Among all patients, the average amount of time with hospice in the last 30 days of life rose to 6.6 days in 2009 from 3.3 days in 2000, but intensive care days rose too: to 1.8 days in 2009 compared to 1.5 days in 2000.
Meanwhile, although seniors who died in 2009 were 11 percent more likely to die at home and 24 percent less likely to die in the hospital than those who died in 2000, the proportion who were transferred from one location to another in the last three days of life — a significant burden on patient and family — rose to 14.2 percent in 2009 from 10.3 percent in 2000. Also, the average number of transitions a patient made in the last 90 days of life increased to 3.1 in 2009 from 2.1 in 2000.
These trends reflect more ICU, more repeat hospitalizations, and more late transitions, said Vincent Mor, professor of health services policy and practice, the paper's senior author.
Reasons and recommendations
The apparent reasons for the observed increases are a mix of regional differences in physician culture, the financial incentives of fee-for-service care, and the lack of timely communication with patients and their family about the goals of care, Teno said.
Teno and her colleagues found that people with more predictable causes of death - cancer — were much more likely to die at home and with hospice care than patients who suffered from chronic obstructive pulmonary disease, a condition with a less certain end-of-life trajectory.

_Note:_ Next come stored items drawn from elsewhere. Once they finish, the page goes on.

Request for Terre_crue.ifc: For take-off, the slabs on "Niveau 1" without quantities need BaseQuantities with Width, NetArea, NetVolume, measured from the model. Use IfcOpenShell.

First a look at what the model holds.

```python
import ifcopenshell
import ifcopenshell.util.element
import ifcopenshell.util.unit

model = ifcopenshell.open("Terre_crue.ifc")
print(model.schema)
for unit_type in ("LENGTHUNIT", "AREAUNIT", "VOLUMEUNIT"):
    print(unit_type, ifcopenshell.util.unit.calculate_unit_scale(model, unit_type))
storey = next(s for s in model.by_type("IfcBuildingStorey") if s.Name == "Niveau 1")
slabs = [e for e in ifcopenshell.util.element.get_decomposition(storey) if e.is_a("IfcSlab")]
for e in sorted(slabs, key=lambda e: e.id()):
    print(e.id(), e.is_a(), e.Name, list(ifcopenshell.util.element.get_psets(e, qtos_only=True)), sep=" | ")
```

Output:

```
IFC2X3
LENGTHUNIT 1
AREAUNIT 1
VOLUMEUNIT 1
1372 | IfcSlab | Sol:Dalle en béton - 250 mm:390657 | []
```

```python
import ifcopenshell
import ifcopenshell.api.pset
import ifcopenshell.geom
import ifcopenshell.util.element
import ifcopenshell.util.shape
import ifcopenshell.util.unit

model = ifcopenshell.open("Terre_crue.ifc")
unit_scale = ifcopenshell.util.unit.calculate_unit_scale(model)
area_scale = ifcopenshell.util.unit.calculate_unit_scale(model, "AREAUNIT")
volume_scale = ifcopenshell.util.unit.calculate_unit_scale(model, "VOLUMEUNIT")
settings = ifcopenshell.geom.settings()

storey = next(s for s in model.by_type("IfcBuildingStorey") if s.Name == "Niveau 1")
slabs = [e for e in ifcopenshell.util.element.get_decomposition(storey) if e.is_a("IfcSlab")]

for e in sorted(slabs, key=lambda e: e.id()):
    if ifcopenshell.util.element.get_psets(e, qtos_only=True, should_inherit=False):
        continue
    # Geometry comes back in metres, in the element's own axes.
    shape = ifcopenshell.geom.create_shape(settings, e)
    values = {
        "Width": ifcopenshell.util.shape.get_z(shape.geometry) / unit_scale,
        "NetArea": ifcopenshell.util.shape.get_footprint_area(shape.geometry) / area_scale,
        "NetVolume": ifcopenshell.util.shape.get_volume(shape.geometry) / volume_scale,
    }
    qto = ifcopenshell.api.pset.add_qto(model, product=e, name="BaseQuantities")
    ifcopenshell.api.pset.edit_qto(model, qto=qto, properties=values)
    print(e.id(), {k: round(v, 3) for k, v in values.items()})

model.write("Terre_crue-out.ifc")
```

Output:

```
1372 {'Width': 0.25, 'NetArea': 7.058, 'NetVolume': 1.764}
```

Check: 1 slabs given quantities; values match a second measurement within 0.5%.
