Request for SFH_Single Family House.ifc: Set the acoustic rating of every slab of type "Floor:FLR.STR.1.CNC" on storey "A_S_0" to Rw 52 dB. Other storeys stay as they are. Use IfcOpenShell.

First a look at what the model holds.

```python
import ifcopenshell
import ifcopenshell.util.element

model = ifcopenshell.open("SFH_Single Family House.ifc")
print(model.schema)
storey = next(s for s in model.by_type("IfcBuildingStorey") if s.Name == "A_S_0")
slabs = [e for e in ifcopenshell.util.element.get_decomposition(storey) if e.is_a("IfcSlab")]
seen = {}
for e in slabs:
    element_type = ifcopenshell.util.element.get_type(e)
    key = (element_type.Name if element_type != e and element_type else None, ifcopenshell.util.element.get_pset(e, "Pset_SlabCommon", "AcousticRating"))
    seen[key] = seen.get(key, 0) + 1
for (name, value), count in sorted(seen.items(), key=str):
    print(count, "x", name, "|", value)
```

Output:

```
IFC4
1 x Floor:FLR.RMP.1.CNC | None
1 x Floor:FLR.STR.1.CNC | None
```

```python
import ifcopenshell
import ifcopenshell.api.pset
import ifcopenshell.util.element

model = ifcopenshell.open("SFH_Single Family House.ifc")

storey = next(s for s in model.by_type("IfcBuildingStorey") if s.Name == "A_S_0")
slabs = [e for e in ifcopenshell.util.element.get_decomposition(storey) if e.is_a("IfcSlab")]

count = 0
for e in slabs:
    element_type = ifcopenshell.util.element.get_type(e)
    if element_type in (None, e) or element_type.Name != "Floor:FLR.STR.1.CNC":
        continue
    # add_pset returns the element's existing set when there is one.
    pset = ifcopenshell.api.pset.add_pset(model, product=e, name="Pset_SlabCommon")
    ifcopenshell.api.pset.edit_pset(model, pset=pset, properties={"AcousticRating": "Rw 52 dB"})
    count += 1

print(count, "slabs updated")

model.write("SFH_Single Family House-out.ifc")
```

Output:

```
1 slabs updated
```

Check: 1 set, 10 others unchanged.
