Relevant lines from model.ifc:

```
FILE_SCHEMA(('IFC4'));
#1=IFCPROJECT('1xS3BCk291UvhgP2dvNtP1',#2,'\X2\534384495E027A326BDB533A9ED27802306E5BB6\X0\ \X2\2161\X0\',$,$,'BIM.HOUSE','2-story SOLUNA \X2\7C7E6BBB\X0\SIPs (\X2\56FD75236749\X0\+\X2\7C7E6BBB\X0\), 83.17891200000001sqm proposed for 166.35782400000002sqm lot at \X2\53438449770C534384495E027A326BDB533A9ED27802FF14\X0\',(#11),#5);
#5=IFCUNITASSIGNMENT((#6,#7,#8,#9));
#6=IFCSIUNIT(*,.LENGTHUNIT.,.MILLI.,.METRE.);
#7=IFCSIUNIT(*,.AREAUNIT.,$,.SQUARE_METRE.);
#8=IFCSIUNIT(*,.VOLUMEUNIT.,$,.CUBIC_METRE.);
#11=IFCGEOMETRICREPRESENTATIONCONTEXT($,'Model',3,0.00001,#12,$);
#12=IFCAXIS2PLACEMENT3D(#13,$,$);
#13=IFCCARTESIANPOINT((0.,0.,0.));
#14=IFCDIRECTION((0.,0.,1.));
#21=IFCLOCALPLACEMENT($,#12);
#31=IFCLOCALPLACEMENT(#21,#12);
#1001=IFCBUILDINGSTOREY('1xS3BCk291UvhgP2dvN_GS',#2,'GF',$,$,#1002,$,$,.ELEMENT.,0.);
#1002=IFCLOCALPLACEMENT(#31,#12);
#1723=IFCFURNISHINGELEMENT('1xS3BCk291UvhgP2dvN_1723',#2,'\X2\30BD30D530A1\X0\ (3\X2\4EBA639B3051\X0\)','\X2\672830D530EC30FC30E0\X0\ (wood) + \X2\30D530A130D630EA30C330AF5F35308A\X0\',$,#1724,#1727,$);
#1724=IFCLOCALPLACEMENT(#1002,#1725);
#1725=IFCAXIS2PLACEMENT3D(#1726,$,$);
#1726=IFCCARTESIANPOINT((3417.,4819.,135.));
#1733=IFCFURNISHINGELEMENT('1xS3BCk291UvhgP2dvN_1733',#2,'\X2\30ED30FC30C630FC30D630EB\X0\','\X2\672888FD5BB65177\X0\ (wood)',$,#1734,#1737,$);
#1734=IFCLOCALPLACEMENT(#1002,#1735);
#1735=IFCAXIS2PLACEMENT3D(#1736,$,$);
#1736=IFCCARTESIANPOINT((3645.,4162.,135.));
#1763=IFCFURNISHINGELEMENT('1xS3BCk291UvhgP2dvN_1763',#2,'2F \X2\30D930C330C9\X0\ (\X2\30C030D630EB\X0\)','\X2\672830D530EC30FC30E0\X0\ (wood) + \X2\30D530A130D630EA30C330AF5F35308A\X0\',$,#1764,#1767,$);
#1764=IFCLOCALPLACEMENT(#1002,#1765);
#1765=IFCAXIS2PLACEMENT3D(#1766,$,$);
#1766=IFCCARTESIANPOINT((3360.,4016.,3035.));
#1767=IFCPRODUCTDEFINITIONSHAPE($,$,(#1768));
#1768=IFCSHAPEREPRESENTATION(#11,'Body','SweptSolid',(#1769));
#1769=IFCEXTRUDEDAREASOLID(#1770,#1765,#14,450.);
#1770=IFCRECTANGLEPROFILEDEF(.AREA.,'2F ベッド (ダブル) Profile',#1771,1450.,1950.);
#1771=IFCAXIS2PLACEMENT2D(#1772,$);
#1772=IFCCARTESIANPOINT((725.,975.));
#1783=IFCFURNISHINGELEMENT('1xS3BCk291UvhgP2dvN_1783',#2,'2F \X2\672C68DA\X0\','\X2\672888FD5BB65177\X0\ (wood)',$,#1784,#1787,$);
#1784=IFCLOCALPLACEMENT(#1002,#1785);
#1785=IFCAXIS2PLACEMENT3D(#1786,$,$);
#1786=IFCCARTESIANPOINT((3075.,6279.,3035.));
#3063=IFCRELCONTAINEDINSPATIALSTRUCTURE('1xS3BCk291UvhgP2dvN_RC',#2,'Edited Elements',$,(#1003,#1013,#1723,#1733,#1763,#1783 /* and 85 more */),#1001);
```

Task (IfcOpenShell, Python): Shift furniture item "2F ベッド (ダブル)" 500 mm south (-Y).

```python
import ifcopenshell
import ifcopenshell.api.geometry
import ifcopenshell.util.placement
import ifcopenshell.util.unit

model = ifcopenshell.open("model.ifc")
unit_scale = ifcopenshell.util.unit.calculate_unit_scale(model)

item = model.by_guid("1xS3BCk291UvhgP2dvN_1763")
matrix = ifcopenshell.util.placement.get_local_placement(item.ObjectPlacement)
matrix[1, 3] -= 0.5 / unit_scale
ifcopenshell.api.geometry.edit_object_placement(model, product=item, matrix=matrix, is_si=False)

print(ifcopenshell.util.placement.get_local_placement(item.ObjectPlacement).round(3) + 0.0)

model.write("model_updated.ifc")
```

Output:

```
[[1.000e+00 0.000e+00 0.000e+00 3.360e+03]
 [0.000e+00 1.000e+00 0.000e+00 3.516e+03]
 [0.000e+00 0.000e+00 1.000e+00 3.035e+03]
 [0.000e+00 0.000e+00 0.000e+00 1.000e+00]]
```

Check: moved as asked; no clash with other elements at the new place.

But in data not published in the paper, the researchers also observed wide state-by-state variations in late hospice referrals. In fact, her home state of Rhode Island had one of the highest rates of short stays in hospice. This variation is a product not of differences in patient health, she said, but differences in local medical culture around palliative care.
As importantly, Teno said, fee-for-service reimbursements create financial incentives for doctors and other providers to pursue aggressive measures rather than to sit down with family members and patients to develop an end-of-life care plan that incorporates their preferences.
"We need to transform our health care system, from one based on fee-for service medicine for the majority of Americans, to one where people are not paid for just one more ICU day," Teno said. "Instead we need a system where doctors and hospitals are paid for delivering high-quality, patient-centered care that understands the dying patient's needs and expectations and develops a care plan that honors them. We need publicly reported quality measures that hold institutions accountable to the standard of patient-centered care for the dying."
By revealing the patterns of where, when, and for how long patients received palliative services around the time of their death, the study begins to provide such data.